Loss of account value: Many retirement accounts, hit by a failing economy in 2008 and 2009 had their values reduced 30-50%. That lost value could take many years to recoup. Even when the value of your account drops, fees are still deducted from the account each year, producing a double negative hit.

Substandard investment management: Not all funds are created equal. How does your investment match up to others? Peggy M., commenting on a Smart Spending article regarding disclosure of 401(k) fees, said she put 3% of her paycheck into a 401(k) fund for 12 years and had accumulated almost no gains. Brightscope.com provides an online tool that allows you to compare your company’s 401(k) plan to the plans of other companies. How does your match up?
(www.Brightscope.com)
(“401k fees exposed – finally”, Stacy Johnson, MSN Smart Spending)


Considerations
If you are investing in a 401(k) retirement plan find out what fees are deducted from your account each year. If your employer is still matching your contributions a 401(k) investment is tough to beat. However, if you are an employee who has lost that benefit, you should reevaluate your 401(k) investment with the questions listed below, for example. 

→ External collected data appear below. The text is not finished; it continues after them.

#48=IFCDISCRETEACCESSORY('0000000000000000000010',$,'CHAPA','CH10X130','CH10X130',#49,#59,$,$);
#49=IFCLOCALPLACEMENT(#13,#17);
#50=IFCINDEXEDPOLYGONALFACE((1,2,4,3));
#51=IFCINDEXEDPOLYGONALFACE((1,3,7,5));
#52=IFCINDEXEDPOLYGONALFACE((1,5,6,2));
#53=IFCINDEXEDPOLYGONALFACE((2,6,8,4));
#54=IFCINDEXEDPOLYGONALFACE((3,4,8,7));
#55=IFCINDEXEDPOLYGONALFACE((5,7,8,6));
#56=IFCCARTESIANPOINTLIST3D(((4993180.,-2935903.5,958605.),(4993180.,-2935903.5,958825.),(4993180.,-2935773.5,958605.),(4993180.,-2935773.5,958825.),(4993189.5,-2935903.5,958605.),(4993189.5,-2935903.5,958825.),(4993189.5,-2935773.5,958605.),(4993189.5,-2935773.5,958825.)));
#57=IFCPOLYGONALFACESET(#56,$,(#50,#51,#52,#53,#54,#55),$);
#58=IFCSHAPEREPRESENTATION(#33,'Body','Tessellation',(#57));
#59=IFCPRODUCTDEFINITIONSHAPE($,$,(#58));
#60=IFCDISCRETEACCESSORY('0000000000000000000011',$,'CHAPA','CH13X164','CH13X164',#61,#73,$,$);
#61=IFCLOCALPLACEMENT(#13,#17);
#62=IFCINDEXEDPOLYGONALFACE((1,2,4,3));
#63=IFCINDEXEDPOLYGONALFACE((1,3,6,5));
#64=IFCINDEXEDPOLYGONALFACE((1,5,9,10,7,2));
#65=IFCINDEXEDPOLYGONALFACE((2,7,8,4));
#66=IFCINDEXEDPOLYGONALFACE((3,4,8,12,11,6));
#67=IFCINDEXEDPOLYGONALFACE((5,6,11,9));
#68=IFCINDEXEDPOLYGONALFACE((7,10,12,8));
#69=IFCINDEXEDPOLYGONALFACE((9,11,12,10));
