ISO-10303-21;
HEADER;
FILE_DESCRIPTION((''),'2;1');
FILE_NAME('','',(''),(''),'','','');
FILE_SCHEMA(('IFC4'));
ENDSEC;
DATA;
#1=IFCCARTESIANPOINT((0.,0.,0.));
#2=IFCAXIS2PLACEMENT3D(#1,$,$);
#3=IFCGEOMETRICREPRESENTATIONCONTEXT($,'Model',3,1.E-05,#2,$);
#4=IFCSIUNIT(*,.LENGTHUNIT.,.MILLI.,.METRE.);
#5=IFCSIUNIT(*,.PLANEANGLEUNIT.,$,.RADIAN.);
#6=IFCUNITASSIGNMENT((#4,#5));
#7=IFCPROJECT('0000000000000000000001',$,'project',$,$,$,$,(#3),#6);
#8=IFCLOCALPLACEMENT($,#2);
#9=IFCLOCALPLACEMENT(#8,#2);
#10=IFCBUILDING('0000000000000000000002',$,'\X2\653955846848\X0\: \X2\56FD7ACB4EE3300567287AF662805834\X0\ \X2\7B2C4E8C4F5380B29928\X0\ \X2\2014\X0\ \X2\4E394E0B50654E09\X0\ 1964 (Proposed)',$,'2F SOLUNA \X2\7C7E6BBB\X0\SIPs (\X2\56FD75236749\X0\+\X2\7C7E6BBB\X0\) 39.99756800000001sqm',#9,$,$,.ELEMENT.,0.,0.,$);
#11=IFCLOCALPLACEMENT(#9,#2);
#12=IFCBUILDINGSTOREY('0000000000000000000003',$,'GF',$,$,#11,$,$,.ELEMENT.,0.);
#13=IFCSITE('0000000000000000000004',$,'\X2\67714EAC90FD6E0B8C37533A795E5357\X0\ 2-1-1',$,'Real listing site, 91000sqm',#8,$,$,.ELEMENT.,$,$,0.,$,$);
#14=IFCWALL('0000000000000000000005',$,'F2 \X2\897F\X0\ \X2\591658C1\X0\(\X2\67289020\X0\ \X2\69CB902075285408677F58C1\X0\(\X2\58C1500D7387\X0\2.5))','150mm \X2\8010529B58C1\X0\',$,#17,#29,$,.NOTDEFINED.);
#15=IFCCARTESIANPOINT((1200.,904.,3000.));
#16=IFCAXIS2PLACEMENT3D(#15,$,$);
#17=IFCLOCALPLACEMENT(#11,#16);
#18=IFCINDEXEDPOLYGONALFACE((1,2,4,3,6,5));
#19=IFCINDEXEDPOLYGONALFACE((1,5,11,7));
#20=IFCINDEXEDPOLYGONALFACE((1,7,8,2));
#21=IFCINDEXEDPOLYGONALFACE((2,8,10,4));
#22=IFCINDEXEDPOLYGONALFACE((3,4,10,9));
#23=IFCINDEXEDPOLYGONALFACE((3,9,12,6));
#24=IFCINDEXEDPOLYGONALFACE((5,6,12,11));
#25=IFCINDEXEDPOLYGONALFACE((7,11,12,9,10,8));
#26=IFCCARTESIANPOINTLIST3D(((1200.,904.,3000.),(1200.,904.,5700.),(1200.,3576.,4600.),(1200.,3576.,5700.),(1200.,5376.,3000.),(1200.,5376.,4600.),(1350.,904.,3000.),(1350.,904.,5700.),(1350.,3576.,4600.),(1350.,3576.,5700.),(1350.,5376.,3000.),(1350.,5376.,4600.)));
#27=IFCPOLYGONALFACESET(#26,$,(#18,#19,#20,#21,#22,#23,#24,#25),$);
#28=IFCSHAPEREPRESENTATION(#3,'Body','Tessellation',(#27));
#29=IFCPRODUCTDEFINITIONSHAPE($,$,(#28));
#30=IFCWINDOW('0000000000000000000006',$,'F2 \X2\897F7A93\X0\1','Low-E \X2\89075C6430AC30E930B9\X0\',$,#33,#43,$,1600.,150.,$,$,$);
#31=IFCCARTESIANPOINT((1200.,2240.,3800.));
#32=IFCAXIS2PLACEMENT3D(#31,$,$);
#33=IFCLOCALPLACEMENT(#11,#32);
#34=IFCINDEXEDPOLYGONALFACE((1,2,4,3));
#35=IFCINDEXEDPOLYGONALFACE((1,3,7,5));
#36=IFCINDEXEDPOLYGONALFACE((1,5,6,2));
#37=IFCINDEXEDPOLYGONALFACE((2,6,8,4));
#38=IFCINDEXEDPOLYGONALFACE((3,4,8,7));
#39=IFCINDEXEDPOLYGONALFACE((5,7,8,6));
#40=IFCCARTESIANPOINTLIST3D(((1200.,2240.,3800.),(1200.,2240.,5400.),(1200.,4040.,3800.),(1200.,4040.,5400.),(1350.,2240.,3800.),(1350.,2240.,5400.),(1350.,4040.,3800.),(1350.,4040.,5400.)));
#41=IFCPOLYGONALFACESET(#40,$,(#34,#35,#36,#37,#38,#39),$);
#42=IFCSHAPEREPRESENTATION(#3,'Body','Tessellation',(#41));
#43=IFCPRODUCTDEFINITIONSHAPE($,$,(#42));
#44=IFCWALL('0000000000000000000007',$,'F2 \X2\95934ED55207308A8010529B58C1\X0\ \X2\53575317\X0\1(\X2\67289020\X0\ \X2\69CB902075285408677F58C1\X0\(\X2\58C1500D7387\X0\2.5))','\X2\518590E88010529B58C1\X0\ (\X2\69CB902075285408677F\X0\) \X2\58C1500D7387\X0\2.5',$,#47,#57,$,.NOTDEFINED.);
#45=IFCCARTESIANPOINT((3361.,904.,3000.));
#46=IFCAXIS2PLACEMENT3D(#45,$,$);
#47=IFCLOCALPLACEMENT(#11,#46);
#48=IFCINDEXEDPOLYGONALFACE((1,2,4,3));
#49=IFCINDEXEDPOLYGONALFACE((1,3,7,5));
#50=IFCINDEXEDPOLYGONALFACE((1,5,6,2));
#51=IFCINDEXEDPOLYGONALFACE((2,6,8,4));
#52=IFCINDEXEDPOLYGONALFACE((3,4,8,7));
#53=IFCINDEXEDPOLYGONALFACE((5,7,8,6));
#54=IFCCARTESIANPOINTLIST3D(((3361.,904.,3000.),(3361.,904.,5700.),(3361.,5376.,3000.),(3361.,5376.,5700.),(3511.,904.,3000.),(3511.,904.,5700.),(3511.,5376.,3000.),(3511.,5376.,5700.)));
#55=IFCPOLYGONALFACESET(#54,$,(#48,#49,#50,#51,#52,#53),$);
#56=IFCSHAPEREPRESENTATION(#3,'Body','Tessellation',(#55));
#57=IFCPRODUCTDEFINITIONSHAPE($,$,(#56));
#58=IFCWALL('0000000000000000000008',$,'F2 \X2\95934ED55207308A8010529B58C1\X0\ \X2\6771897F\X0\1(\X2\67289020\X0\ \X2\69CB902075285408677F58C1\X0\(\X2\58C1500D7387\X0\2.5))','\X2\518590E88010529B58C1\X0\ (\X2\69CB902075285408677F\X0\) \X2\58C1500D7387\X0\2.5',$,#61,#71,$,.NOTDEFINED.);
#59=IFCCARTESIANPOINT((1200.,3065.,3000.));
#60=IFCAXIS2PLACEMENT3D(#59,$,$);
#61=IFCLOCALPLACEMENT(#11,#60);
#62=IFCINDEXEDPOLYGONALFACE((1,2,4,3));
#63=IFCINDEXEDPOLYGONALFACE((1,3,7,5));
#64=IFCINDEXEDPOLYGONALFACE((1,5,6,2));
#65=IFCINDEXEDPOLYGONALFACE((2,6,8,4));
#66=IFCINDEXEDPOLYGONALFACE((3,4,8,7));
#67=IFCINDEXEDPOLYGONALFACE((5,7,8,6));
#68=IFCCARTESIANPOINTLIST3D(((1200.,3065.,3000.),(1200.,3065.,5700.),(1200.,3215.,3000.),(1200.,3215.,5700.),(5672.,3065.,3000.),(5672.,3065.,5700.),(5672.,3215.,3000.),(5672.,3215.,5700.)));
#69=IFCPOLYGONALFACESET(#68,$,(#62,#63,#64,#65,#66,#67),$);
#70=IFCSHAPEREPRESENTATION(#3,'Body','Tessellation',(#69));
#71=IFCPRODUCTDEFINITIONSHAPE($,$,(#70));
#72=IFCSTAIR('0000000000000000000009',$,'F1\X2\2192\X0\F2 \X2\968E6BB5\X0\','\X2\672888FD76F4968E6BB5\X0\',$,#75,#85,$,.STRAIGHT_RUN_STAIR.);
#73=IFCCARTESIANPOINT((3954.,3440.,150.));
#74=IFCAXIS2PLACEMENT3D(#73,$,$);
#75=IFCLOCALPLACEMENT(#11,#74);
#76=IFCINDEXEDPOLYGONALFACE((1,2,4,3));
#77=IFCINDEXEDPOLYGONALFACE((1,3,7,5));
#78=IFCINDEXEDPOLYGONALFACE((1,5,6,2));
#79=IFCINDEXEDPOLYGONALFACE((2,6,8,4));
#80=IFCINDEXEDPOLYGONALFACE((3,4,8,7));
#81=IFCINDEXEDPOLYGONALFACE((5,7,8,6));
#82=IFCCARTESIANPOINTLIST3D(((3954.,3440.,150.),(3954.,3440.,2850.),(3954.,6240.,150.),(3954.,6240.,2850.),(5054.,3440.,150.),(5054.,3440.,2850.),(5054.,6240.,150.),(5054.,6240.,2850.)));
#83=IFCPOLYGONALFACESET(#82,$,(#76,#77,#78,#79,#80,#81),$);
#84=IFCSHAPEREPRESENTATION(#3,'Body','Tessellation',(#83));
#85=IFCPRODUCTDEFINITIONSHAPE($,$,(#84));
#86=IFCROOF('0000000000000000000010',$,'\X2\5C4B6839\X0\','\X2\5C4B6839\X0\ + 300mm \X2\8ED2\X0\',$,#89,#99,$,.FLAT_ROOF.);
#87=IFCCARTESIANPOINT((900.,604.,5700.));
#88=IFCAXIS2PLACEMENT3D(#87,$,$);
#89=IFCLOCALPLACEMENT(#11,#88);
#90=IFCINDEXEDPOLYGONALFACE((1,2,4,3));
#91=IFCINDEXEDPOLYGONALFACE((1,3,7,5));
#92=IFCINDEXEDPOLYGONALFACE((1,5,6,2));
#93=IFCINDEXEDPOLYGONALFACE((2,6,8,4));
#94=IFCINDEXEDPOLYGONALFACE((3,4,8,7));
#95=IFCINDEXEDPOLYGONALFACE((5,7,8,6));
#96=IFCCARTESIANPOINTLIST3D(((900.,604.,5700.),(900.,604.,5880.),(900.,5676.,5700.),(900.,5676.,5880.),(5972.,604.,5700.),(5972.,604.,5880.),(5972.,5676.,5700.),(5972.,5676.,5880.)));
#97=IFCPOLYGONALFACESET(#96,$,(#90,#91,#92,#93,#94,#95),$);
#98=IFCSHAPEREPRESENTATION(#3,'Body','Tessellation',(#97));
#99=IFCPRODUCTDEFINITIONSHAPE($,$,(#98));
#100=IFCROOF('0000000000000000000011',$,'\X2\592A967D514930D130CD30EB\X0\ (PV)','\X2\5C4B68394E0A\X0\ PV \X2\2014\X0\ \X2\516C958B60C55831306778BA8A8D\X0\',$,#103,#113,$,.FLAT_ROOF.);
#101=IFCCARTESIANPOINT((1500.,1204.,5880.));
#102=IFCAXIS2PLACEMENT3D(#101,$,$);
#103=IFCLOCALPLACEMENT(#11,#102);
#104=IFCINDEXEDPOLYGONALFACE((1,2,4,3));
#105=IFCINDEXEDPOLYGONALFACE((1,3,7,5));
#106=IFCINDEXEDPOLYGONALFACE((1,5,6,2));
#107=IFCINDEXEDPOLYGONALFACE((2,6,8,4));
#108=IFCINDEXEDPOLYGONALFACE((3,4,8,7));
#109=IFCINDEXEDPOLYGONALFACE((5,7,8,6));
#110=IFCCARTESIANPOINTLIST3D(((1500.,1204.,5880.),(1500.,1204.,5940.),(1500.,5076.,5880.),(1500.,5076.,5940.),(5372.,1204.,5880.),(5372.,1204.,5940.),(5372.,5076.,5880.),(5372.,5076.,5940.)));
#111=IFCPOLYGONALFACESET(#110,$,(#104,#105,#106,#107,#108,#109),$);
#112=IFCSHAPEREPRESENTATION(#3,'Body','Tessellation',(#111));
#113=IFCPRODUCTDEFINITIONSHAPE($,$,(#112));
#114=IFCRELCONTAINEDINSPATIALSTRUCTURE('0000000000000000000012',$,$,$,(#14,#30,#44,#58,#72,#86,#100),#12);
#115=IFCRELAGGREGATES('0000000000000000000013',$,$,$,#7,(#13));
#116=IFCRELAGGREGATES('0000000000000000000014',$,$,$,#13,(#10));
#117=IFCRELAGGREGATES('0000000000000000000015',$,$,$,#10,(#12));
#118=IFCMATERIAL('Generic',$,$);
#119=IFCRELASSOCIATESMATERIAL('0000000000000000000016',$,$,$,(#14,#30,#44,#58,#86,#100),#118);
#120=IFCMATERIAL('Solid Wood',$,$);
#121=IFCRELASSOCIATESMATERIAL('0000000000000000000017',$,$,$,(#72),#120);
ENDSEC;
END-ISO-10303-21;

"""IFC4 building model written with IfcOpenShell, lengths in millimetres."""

from ifc_helpers import new_model, si_unit, frame, frame_2d, origin, place, context, project, spatial, rectangle, extrude, material, element, fill, save


model = new_model("IFC4")

# Units and contexts
model_context = context("Model", 3, precision=1e-05, world=origin())
ifc_project = project(units=[si_unit("LENGTHUNIT", "METRE", prefix="MILLI"), si_unit("PLANEANGLEUNIT", "RADIAN")], contexts=[model_context])

# Site, building, storey
site_placement = place(None, origin())
site = spatial("IfcSite", under=ifc_project, at=site_placement, Name="東京都渋谷区神南 2-1-1", ObjectType="Real listing site, 91000sqm", CompositionType="ELEMENT", RefElevation=0.0)
building_placement = place(site_placement, origin())
building = spatial("IfcBuilding", under=site, at=building_placement, Name="改善案: 国立代々木競技場 第二体育館 — 丹下健三 1964 (Proposed)", ObjectType="2F SOLUNA 籾殻SIPs (国産杉+籾殻) 39.99756800000001sqm", CompositionType="ELEMENT", ElevationOfRefHeight=0.0, ElevationOfTerrain=0.0)
storey_placement = place(building_placement, origin())
storey = spatial("IfcBuildingStorey", under=building, at=storey_placement, Name="GF", CompositionType="ELEMENT", Elevation=0.0)

# Shared definitions
ifc_material_1 = material(Name="Generic")

# Shared definitions
ifc_material_2 = material(Name="Solid Wood")

# Wall, opening, window
wall_1_placement = place(storey_placement, frame((1200.0, 904.0, 3000.0)))
wall_1 = element("IfcWall", 1, at=wall_1_placement, inside=storey, material=ifc_material_1, Name="F2 西 外壁(木造 構造用合板壁(壁倍率2.5))", Description="150mm 耐力壁", PredefinedType="NOTDEFINED", context=model_context, shape_type="SweptSolid", body=[
    extrude(rectangle(XDim=150.0, YDim=4472.0, at=frame_2d((75.0, 2236.0))), frame((1200.0, 904.0, 3000.0)), (0.0, 0.0, 1.0), 2700.0),
])
opening_1_placement = place(storey_placement, frame((1200.0, 2240.0, 3800.0)))
opening_1 = element("IfcOpeningElement", 2, at=opening_1_placement, cuts=wall_1, PredefinedType="NOTDEFINED", context=model_context, shape_type="SweptSolid", body=[
    extrude(rectangle(XDim=150.0, YDim=1800.0, at=frame_2d((75.0, 900.0))), frame((1200.0, 2240.0, 3800.0)), (0.0, 0.0, 1.0), 1600.0),
])
window_1_placement = place(storey_placement, frame((1200.0, 2240.0, 3800.0)))
window_1 = element("IfcWindow", 3, at=window_1_placement, inside=storey, material=ifc_material_1, Name="F2 西窓1", Description="Low-E 複層ガラス", OverallHeight=1600.0, OverallWidth=150.0, context=model_context, shape_type="SweptSolid", body=[
    extrude(rectangle(XDim=150.0, YDim=1800.0, at=frame_2d((75.0, 900.0))), frame((1200.0, 2240.0, 3800.0)), (0.0, 0.0, 1.0), 1600.0),
])
fill(opening_1, window_1)

# Walls
wall_2_placement = place(storey_placement, frame((3361.0, 904.0, 3000.0)))
element("IfcWall", 4, at=wall_2_placement, inside=storey, material=ifc_material_1, Name="F2 間仕切り耐力壁 南北1(木造 構造用合板壁(壁倍率2.5))", Description="内部耐力壁 (構造用合板) 壁倍率2.5", PredefinedType="NOTDEFINED", context=model_context, shape_type="SweptSolid", body=[
    extrude(rectangle(XDim=150.0, YDim=4472.0, at=frame_2d((75.0, 2236.0))), frame((3361.0, 904.0, 3000.0)), (0.0, 0.0, 1.0), 2700.0),
])
wall_3_placement = place(storey_placement, frame((1200.0, 3065.0, 3000.0)))
element("IfcWall", 5, at=wall_3_placement, inside=storey, material=ifc_material_1, Name="F2 間仕切り耐力壁 東西1(木造 構造用合板壁(壁倍率2.5))", Description="内部耐力壁 (構造用合板) 壁倍率2.5", PredefinedType="NOTDEFINED", context=model_context, shape_type="SweptSolid", body=[
    extrude(rectangle(XDim=4472.0, YDim=150.0, at=frame_2d((2236.0, 75.0))), frame((1200.0, 3065.0, 3000.0)), (0.0, 0.0, 1.0), 2700.0),
])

Has your fund gained or lost value over the last 5 years? How does your fund’s performance and fees compare to other options you may have? Are you financially in a position to invest in a retirement account right now, or should that money go to other pressing needs, such as medical bills, high interest debt, or housing?

Even with the new disclosure laws set to begin soon, take the time to educate yourself on the true costs of your 401(k) and other options you may have. Having all the information available to you allows you to make the best decisions for your future.